◆ Dataset records ◆
··········

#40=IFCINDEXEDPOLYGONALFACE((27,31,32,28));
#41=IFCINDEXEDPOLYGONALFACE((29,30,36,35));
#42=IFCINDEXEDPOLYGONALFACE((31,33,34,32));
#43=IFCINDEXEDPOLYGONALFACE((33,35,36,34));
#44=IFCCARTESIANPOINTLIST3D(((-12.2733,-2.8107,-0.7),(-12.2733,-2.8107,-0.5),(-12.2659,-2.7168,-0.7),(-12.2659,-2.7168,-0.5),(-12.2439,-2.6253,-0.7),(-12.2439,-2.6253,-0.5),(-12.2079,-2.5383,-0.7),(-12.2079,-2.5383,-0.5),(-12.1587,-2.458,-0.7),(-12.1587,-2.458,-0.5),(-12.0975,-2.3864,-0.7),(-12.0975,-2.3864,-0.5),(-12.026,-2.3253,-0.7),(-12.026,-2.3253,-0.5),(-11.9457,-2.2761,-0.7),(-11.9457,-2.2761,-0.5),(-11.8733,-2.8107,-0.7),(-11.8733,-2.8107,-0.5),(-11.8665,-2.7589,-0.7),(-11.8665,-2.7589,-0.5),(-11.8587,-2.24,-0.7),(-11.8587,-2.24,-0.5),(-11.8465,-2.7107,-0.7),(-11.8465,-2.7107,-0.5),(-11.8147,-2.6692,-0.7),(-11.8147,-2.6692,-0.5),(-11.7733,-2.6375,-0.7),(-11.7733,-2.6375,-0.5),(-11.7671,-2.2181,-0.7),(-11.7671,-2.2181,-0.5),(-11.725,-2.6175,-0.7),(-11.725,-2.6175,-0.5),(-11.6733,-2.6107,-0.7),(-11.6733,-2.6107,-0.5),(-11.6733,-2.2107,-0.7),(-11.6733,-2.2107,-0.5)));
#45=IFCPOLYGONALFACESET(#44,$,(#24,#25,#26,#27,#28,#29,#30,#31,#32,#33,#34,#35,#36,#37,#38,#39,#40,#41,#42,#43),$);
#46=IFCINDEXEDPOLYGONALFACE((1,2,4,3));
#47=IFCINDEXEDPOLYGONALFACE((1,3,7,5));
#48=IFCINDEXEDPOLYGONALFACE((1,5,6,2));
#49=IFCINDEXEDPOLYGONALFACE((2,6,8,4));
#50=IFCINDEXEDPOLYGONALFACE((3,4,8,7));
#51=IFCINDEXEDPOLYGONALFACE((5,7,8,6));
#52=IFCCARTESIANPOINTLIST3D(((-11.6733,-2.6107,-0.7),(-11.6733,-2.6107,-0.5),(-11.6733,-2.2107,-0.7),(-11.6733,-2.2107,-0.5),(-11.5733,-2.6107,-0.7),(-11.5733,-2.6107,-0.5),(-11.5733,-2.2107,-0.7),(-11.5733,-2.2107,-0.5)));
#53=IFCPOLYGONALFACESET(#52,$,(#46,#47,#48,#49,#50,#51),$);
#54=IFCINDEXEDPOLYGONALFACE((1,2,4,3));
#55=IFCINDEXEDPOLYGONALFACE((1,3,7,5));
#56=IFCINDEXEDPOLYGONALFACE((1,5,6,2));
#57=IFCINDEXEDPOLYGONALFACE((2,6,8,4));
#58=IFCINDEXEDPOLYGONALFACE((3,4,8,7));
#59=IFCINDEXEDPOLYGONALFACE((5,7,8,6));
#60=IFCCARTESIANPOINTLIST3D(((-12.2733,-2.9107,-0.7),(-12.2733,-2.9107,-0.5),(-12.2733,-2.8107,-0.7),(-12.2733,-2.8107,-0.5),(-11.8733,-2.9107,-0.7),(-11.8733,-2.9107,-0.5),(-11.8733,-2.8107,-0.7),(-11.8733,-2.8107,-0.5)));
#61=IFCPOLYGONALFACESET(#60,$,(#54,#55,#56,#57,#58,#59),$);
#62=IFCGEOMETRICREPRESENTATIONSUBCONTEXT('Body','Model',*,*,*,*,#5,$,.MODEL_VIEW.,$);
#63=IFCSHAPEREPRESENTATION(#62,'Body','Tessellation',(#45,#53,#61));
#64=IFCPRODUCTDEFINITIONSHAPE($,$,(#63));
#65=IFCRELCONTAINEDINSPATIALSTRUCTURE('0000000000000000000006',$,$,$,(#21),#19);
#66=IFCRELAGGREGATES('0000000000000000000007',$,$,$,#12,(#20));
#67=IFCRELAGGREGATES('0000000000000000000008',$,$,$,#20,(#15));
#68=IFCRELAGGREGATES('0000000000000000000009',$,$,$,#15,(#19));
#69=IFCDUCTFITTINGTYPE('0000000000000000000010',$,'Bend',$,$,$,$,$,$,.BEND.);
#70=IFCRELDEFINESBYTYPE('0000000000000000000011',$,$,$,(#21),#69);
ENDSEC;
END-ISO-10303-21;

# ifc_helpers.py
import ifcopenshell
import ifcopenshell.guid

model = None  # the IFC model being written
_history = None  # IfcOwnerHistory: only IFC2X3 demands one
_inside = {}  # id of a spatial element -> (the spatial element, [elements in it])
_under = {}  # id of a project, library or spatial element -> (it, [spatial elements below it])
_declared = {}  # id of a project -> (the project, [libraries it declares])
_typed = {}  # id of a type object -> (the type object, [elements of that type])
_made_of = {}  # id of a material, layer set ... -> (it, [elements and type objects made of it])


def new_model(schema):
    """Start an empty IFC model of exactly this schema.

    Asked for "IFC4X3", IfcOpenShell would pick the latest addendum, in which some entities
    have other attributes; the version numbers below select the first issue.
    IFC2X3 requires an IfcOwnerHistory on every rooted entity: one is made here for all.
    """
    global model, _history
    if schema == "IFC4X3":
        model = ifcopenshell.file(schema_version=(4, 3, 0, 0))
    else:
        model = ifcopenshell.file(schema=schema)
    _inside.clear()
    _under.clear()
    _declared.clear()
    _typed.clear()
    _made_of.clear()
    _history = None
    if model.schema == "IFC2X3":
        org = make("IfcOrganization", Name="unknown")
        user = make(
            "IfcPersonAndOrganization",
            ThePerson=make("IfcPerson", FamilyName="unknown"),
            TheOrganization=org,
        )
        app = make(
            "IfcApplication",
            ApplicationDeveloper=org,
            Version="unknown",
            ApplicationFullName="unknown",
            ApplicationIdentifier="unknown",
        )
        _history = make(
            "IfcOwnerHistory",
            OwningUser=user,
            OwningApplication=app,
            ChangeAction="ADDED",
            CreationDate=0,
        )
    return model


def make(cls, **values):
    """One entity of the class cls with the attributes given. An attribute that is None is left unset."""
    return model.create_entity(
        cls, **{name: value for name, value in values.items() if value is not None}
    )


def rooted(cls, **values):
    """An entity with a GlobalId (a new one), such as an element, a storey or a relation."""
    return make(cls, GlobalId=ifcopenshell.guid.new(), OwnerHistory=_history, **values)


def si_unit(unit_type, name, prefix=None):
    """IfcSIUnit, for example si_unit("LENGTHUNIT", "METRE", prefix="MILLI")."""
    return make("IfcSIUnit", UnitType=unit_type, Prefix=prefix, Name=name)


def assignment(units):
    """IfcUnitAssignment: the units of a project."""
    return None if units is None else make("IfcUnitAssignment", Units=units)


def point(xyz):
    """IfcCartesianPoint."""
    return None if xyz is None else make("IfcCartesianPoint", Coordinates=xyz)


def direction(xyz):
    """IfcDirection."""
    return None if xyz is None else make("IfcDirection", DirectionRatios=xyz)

··········

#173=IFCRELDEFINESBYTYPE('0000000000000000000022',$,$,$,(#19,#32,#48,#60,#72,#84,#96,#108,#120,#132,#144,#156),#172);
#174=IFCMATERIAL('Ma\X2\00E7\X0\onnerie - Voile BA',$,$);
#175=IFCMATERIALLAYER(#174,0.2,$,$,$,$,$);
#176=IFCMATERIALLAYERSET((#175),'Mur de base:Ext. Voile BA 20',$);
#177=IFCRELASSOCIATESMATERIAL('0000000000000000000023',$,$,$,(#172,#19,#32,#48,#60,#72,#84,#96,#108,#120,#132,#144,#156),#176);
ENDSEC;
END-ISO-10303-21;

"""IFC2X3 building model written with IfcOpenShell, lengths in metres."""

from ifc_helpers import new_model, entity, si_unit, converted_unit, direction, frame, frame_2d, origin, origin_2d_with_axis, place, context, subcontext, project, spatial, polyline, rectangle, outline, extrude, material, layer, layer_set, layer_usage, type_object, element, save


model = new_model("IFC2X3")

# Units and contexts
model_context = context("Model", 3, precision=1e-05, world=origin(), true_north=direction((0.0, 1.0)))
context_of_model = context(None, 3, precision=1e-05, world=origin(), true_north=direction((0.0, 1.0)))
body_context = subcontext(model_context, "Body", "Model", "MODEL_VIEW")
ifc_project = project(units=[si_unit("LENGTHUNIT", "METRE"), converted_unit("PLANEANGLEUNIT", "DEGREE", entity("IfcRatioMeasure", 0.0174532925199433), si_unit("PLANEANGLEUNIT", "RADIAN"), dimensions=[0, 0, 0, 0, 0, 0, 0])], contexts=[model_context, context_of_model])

··········

◆ Work instructions ◆
Report each line above that includes the string "IfcUnitAssignment".

◆ Reply ◆
    """IfcUnitAssignment: the units of a project."""
    return None if units is None else make("IfcUnitAssignment", Units=units)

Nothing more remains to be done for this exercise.